__EXERCISE AIM__. After locating the line that contains "#86=IFCINDEXEDPOLYGONALFACE((1,2,6,5));" in the data below, set down exactly that line and each one after it through the line that contains "#115=IFCINDEXEDPOLYGONALFACE((9,10,16,15,12,11,14,13));", and nothing more.

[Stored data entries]
------------------------------------
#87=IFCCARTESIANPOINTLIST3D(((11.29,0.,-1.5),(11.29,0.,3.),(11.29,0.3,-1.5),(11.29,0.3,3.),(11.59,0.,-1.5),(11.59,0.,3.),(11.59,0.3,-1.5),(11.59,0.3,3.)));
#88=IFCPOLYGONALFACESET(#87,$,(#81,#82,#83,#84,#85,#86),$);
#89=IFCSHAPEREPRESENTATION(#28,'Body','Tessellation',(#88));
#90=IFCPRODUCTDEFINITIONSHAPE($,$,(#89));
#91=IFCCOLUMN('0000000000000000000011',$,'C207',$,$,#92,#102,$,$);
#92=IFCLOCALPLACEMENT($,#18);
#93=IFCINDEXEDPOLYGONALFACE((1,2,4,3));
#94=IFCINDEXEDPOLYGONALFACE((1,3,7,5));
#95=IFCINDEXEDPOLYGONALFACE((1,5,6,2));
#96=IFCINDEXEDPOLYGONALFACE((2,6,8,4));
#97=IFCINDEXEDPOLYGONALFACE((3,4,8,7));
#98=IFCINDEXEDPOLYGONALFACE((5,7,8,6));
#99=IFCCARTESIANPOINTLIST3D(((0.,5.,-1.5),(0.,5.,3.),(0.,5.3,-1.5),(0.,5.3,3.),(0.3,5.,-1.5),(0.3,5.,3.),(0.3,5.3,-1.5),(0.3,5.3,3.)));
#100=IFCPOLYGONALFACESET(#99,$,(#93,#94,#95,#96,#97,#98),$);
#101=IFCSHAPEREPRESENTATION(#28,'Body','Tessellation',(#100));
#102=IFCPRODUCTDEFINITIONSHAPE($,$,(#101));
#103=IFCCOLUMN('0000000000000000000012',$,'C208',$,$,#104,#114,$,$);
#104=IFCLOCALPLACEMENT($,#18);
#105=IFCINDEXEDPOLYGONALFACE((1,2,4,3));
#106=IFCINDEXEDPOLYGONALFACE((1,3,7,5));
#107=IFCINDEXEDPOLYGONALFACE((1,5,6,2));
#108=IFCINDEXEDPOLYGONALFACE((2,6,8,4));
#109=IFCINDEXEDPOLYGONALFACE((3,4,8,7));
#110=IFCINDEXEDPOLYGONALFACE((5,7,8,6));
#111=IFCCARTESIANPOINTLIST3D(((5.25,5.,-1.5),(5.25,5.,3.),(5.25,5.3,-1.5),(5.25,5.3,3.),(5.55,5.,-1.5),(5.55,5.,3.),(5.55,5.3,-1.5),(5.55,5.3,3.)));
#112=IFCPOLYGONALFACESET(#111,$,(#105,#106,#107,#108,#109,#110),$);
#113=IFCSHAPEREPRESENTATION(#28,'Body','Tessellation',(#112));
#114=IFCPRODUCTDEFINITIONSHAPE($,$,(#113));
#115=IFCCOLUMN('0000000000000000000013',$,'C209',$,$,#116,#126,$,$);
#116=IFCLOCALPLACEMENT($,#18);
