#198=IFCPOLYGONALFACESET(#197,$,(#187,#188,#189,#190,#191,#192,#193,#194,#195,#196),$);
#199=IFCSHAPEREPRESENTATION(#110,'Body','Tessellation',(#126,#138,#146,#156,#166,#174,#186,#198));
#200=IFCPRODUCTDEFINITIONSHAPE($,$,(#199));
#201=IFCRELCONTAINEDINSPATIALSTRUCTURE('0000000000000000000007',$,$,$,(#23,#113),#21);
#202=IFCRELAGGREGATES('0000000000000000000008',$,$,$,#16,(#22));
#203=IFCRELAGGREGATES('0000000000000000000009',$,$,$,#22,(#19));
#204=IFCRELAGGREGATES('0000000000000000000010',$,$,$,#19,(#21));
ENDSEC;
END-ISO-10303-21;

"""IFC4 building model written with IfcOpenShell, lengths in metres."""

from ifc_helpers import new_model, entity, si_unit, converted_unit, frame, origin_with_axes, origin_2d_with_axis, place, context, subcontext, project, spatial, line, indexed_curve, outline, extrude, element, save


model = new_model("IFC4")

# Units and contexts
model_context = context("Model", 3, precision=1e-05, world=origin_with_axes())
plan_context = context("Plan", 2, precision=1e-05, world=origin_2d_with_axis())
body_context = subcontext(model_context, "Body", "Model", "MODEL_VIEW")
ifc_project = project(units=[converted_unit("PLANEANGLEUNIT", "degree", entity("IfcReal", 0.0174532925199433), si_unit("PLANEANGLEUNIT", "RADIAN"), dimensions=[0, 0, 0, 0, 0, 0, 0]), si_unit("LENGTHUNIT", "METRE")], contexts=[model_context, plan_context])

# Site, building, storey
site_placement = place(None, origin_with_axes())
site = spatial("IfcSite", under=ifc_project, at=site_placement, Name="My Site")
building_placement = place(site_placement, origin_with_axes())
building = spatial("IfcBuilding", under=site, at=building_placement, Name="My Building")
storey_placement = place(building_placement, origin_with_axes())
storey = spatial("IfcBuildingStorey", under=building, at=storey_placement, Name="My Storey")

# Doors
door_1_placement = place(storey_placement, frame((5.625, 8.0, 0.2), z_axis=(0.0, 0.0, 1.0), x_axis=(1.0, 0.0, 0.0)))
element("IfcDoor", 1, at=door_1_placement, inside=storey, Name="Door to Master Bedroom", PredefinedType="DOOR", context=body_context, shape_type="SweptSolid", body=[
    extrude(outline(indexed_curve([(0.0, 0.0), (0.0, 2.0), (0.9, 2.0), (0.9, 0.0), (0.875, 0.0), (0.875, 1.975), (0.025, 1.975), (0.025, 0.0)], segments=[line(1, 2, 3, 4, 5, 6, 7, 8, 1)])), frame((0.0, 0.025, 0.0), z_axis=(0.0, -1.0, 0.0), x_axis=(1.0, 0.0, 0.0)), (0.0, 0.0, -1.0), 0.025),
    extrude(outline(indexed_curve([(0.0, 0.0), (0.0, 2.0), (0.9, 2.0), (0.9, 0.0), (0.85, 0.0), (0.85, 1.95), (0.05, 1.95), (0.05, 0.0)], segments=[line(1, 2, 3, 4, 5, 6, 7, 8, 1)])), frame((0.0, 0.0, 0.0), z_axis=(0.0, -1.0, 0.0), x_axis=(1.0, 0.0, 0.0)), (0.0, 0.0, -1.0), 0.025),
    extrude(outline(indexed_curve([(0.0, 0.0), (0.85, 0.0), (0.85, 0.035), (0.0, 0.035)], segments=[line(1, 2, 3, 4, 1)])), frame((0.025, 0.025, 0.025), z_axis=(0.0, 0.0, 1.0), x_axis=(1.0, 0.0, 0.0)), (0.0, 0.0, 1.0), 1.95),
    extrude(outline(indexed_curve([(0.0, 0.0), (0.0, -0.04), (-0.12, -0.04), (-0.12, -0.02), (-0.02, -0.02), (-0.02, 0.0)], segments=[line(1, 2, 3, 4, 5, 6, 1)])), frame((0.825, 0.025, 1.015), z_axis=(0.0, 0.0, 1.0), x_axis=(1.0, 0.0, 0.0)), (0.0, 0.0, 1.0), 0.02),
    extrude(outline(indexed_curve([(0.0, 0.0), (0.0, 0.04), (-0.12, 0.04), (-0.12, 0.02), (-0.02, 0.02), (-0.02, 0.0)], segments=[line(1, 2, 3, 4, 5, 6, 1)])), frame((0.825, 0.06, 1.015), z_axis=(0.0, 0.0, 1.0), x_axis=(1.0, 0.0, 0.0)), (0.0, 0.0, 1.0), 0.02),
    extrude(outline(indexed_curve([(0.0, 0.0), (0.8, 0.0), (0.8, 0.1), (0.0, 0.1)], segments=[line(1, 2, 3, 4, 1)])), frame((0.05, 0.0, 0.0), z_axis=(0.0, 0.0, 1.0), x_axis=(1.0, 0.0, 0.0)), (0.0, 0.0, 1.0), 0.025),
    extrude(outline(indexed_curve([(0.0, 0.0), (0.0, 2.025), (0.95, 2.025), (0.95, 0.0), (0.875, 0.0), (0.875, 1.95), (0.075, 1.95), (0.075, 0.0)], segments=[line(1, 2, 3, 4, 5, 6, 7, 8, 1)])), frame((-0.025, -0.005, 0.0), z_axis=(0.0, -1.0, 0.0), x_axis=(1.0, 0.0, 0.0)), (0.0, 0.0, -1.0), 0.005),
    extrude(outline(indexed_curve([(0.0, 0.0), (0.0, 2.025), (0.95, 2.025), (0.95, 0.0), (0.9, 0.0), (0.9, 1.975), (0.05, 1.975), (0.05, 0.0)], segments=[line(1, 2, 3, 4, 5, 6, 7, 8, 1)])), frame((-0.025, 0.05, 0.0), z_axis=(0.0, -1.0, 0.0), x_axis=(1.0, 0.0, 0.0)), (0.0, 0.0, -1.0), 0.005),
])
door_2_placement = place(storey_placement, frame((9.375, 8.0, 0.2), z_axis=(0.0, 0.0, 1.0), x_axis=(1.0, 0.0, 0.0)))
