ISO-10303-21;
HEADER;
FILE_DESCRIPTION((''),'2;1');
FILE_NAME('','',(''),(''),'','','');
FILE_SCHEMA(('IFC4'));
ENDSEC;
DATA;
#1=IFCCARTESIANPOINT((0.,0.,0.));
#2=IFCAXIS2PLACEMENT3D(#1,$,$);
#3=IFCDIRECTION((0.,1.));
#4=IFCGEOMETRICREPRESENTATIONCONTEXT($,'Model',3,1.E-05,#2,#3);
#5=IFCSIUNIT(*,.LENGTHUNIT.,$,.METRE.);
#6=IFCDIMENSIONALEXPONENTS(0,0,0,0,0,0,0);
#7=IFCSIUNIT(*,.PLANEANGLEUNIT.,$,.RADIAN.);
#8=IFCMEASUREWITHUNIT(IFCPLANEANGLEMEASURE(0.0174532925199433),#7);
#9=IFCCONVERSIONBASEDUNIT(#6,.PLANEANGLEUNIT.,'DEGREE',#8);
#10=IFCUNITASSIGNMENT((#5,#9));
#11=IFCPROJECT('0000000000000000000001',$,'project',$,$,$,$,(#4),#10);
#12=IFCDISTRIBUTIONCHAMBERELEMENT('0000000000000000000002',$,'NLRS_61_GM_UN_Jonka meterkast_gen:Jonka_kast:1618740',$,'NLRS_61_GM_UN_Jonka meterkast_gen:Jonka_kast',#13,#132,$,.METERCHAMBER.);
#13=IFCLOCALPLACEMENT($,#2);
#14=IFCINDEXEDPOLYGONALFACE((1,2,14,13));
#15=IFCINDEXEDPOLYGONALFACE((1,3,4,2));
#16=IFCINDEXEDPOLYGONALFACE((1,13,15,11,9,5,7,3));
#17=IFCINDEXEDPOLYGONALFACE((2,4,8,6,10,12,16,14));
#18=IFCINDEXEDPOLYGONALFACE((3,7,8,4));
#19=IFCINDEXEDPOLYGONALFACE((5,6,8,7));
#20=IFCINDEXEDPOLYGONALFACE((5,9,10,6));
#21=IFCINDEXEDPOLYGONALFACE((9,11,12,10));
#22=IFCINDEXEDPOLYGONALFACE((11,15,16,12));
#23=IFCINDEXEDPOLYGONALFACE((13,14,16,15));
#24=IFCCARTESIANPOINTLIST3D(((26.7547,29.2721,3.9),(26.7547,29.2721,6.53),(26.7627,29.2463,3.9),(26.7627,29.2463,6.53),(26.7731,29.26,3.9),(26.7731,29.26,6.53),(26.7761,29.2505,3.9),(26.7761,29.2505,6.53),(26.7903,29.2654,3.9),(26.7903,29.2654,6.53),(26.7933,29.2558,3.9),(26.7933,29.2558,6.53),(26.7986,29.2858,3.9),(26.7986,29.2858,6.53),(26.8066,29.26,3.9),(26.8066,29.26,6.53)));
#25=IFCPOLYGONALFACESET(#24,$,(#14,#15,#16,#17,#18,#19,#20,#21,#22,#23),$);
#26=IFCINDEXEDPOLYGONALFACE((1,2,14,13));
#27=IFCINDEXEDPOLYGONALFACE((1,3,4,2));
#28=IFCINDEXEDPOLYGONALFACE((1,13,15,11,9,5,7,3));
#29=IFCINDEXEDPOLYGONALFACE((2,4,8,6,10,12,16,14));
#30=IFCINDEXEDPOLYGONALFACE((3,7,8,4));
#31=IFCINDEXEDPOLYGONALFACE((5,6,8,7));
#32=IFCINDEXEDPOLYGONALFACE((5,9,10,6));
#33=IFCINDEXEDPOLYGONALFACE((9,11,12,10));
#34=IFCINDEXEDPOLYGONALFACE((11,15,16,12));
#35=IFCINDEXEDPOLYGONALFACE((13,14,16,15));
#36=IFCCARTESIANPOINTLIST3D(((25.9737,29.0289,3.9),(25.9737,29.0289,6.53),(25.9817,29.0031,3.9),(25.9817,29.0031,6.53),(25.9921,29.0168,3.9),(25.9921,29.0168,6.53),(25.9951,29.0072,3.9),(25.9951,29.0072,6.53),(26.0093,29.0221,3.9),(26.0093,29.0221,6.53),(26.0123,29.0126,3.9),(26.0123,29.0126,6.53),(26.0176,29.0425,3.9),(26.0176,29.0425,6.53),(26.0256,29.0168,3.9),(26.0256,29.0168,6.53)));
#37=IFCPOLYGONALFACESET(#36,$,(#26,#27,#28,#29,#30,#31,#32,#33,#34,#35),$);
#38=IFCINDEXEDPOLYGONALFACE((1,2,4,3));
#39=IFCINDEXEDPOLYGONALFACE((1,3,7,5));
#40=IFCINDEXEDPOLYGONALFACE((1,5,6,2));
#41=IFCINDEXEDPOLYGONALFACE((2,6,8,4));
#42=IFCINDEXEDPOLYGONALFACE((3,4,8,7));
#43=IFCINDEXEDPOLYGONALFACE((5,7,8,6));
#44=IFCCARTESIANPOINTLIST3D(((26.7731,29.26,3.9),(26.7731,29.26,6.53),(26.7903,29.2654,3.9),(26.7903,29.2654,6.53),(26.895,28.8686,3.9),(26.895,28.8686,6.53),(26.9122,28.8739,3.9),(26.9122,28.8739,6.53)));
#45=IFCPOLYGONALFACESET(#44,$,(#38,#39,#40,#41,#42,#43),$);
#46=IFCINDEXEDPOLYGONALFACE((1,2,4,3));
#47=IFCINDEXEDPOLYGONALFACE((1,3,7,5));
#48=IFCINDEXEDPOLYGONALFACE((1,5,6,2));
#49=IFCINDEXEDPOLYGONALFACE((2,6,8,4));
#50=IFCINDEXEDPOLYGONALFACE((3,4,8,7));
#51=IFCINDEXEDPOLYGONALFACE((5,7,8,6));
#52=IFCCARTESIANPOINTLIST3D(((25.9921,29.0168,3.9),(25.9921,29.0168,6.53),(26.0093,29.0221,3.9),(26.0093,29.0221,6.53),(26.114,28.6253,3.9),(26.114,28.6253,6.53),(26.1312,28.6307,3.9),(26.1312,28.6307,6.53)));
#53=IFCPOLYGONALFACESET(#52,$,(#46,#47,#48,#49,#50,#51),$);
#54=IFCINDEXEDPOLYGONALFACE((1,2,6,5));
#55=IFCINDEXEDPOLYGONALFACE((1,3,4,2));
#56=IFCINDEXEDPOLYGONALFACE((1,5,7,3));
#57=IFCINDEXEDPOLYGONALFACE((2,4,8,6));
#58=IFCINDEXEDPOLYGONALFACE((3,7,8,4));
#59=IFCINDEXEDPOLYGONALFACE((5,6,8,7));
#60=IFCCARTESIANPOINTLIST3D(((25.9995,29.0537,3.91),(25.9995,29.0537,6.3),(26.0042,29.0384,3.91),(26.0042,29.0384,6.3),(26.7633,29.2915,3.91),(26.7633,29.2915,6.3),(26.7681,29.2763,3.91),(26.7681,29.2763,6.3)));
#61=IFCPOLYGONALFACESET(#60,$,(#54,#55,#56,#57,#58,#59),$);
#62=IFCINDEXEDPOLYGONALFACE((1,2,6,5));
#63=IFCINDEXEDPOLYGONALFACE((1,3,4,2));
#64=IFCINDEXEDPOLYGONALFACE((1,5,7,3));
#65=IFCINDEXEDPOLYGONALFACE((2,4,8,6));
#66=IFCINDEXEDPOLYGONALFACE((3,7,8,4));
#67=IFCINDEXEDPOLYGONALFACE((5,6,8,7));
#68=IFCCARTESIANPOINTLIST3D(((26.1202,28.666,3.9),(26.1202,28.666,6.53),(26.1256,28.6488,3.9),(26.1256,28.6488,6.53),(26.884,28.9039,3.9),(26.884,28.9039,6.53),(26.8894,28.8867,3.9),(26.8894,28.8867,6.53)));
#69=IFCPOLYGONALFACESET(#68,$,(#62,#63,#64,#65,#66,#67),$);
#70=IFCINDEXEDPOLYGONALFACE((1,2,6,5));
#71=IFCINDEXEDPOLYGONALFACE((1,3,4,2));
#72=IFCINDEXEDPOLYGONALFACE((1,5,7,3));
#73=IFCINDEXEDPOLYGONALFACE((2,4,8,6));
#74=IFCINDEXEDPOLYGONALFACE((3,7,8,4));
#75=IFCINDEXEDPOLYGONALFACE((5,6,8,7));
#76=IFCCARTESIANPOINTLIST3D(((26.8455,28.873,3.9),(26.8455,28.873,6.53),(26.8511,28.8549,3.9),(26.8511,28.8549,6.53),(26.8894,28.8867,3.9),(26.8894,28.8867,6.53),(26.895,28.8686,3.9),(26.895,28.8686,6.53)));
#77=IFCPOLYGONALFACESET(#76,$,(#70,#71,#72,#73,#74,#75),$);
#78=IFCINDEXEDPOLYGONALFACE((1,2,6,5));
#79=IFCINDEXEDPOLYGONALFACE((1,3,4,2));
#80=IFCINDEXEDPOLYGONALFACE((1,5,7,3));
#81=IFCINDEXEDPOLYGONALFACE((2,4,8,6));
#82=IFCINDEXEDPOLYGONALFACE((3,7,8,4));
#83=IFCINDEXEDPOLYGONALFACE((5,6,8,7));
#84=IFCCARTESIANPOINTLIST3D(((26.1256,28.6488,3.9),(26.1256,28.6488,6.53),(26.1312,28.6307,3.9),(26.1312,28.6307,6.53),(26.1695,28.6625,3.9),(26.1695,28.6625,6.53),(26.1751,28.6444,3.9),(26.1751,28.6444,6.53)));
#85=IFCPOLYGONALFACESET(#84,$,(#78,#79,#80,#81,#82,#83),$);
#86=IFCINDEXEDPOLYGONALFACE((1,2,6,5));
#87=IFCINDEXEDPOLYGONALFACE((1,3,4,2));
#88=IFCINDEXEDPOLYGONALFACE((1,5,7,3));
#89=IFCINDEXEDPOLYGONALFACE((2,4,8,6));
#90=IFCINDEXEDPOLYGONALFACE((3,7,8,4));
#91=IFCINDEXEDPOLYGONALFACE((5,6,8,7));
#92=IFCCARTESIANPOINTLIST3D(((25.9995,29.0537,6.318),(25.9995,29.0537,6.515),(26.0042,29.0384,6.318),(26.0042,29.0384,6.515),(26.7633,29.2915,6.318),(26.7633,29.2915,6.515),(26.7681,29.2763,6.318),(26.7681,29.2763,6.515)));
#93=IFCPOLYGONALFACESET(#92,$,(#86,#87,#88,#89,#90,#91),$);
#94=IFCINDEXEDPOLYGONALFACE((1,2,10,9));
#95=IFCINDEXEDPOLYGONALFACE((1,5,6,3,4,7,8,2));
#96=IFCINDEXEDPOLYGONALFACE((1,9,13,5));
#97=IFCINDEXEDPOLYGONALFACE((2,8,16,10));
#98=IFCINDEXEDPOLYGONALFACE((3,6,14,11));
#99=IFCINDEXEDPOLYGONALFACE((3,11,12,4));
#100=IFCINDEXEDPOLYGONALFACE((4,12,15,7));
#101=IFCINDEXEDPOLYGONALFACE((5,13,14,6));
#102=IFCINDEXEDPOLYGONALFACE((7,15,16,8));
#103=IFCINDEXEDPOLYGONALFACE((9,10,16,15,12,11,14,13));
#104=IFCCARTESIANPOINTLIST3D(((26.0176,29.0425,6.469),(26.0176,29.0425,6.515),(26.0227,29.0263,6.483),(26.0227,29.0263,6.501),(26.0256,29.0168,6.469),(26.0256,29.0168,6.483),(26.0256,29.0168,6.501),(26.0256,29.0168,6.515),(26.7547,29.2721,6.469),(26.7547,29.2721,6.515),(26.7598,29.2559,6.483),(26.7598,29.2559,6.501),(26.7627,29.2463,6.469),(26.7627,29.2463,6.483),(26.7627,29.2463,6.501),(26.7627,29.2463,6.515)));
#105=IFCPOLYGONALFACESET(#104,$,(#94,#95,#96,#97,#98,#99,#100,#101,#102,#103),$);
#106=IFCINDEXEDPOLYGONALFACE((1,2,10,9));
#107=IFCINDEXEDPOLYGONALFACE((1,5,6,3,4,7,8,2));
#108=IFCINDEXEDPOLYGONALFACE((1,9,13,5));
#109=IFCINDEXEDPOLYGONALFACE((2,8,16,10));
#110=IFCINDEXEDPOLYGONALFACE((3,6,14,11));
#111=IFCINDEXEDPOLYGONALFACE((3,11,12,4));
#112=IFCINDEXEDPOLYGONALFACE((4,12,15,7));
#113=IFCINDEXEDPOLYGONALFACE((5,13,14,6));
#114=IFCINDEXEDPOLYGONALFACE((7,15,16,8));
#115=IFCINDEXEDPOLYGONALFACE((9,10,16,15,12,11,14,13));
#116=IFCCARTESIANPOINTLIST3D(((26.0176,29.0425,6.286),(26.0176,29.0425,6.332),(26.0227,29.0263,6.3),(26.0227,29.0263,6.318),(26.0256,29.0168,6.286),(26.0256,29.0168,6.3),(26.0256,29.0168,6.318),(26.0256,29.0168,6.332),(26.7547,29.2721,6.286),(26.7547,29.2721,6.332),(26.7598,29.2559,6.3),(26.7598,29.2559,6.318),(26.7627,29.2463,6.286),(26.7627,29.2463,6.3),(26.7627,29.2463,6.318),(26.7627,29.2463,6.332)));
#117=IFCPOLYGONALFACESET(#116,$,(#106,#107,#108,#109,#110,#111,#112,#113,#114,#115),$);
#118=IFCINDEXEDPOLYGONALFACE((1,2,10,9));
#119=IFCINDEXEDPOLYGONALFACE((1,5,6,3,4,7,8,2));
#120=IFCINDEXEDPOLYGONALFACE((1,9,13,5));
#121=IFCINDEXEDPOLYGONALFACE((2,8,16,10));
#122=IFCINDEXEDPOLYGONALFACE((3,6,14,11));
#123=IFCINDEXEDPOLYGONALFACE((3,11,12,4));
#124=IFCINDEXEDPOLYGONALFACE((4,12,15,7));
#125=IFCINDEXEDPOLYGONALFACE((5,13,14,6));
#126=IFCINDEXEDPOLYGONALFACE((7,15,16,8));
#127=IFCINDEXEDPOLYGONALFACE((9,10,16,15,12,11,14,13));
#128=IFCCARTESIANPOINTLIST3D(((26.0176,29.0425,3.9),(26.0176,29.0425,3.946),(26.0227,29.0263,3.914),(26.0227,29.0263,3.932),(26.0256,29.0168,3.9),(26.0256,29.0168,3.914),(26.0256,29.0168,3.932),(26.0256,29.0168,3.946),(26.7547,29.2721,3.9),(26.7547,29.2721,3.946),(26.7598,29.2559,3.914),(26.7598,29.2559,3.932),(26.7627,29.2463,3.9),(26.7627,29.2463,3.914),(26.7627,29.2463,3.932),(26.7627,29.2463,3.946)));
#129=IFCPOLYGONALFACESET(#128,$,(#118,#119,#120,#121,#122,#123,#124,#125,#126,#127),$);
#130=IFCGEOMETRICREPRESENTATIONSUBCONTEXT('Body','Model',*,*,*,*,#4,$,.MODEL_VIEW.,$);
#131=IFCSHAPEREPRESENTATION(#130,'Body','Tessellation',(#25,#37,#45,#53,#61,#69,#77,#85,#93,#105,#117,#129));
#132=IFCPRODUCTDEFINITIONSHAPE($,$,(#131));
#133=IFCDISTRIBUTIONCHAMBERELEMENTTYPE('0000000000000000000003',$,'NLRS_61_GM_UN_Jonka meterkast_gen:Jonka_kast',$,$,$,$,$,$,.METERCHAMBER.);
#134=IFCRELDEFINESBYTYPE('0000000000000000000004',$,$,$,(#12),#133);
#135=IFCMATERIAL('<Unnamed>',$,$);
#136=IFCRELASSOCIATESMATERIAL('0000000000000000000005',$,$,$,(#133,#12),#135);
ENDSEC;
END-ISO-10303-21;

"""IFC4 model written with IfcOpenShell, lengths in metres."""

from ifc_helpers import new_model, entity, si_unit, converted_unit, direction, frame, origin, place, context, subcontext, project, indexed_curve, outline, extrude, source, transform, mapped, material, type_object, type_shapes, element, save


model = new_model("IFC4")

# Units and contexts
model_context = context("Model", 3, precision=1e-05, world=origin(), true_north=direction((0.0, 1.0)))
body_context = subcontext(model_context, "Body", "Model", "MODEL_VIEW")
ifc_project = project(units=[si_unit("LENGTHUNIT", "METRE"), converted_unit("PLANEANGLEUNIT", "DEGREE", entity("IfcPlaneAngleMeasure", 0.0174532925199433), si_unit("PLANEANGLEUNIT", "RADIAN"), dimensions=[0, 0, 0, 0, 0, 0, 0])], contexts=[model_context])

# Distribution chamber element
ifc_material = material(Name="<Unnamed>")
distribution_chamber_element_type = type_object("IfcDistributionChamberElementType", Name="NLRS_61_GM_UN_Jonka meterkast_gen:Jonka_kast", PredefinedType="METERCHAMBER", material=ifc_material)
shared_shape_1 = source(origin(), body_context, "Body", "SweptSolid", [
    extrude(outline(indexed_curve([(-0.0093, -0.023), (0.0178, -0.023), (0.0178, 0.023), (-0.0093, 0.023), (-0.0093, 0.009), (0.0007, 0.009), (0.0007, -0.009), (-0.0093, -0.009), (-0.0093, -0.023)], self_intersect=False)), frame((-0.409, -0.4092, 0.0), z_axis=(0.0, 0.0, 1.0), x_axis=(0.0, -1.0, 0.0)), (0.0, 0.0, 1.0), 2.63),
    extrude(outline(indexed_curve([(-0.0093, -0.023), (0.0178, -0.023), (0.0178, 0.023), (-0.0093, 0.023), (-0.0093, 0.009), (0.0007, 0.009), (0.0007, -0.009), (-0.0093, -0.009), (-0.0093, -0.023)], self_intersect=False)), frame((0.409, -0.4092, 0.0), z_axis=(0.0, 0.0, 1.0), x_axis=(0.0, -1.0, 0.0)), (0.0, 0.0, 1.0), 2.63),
------------------------------------
__RESPONSE TO THIS TASK__.
#86=IFCINDEXEDPOLYGONALFACE((1,2,6,5));
#87=IFCINDEXEDPOLYGONALFACE((1,3,4,2));
#88=IFCINDEXEDPOLYGONALFACE((1,5,7,3));
#89=IFCINDEXEDPOLYGONALFACE((2,4,8,6));
#90=IFCINDEXEDPOLYGONALFACE((3,7,8,4));
#91=IFCINDEXEDPOLYGONALFACE((5,6,8,7));
#92=IFCCARTESIANPOINTLIST3D(((25.9995,29.0537,6.318),(25.9995,29.0537,6.515),(26.0042,29.0384,6.318),(26.0042,29.0384,6.515),(26.7633,29.2915,6.318),(26.7633,29.2915,6.515),(26.7681,29.2763,6.318),(26.7681,29.2763,6.515)));
#93=IFCPOLYGONALFACESET(#92,$,(#86,#87,#88,#89,#90,#91),$);
#94=IFCINDEXEDPOLYGONALFACE((1,2,10,9));
#95=IFCINDEXEDPOLYGONALFACE((1,5,6,3,4,7,8,2));
#96=IFCINDEXEDPOLYGONALFACE((1,9,13,5));
#97=IFCINDEXEDPOLYGONALFACE((2,8,16,10));
#98=IFCINDEXEDPOLYGONALFACE((3,6,14,11));
#99=IFCINDEXEDPOLYGONALFACE((3,11,12,4));
#100=IFCINDEXEDPOLYGONALFACE((4,12,15,7));
#101=IFCINDEXEDPOLYGONALFACE((5,13,14,6));
#102=IFCINDEXEDPOLYGONALFACE((7,15,16,8));
#103=IFCINDEXEDPOLYGONALFACE((9,10,16,15,12,11,14,13));
#104=IFCCARTESIANPOINTLIST3D(((26.0176,29.0425,6.469),(26.0176,29.0425,6.515),(26.0227,29.0263,6.483),(26.0227,29.0263,6.501),(26.0256,29.0168,6.469),(26.0256,29.0168,6.483),(26.0256,29.0168,6.501),(26.0256,29.0168,6.515),(26.7547,29.2721,6.469),(26.7547,29.2721,6.515),(26.7598,29.2559,6.483),(26.7598,29.2559,6.501),(26.7627,29.2463,6.469),(26.7627,29.2463,6.483),(26.7627,29.2463,6.501),(26.7627,29.2463,6.515)));
#105=IFCPOLYGONALFACESET(#104,$,(#94,#95,#96,#97,#98,#99,#100,#101,#102,#103),$);
#106=IFCINDEXEDPOLYGONALFACE((1,2,10,9));
#107=IFCINDEXEDPOLYGONALFACE((1,5,6,3,4,7,8,2));
#108=IFCINDEXEDPOLYGONALFACE((1,9,13,5));
#109=IFCINDEXEDPOLYGONALFACE((2,8,16,10));
#110=IFCINDEXEDPOLYGONALFACE((3,6,14,11));
#111=IFCINDEXEDPOLYGONALFACE((3,11,12,4));
#112=IFCINDEXEDPOLYGONALFACE((4,12,15,7));
#113=IFCINDEXEDPOLYGONALFACE((5,13,14,6));
#114=IFCINDEXEDPOLYGONALFACE((7,15,16,8));
#115=IFCINDEXEDPOLYGONALFACE((9,10,16,15,12,11,14,13));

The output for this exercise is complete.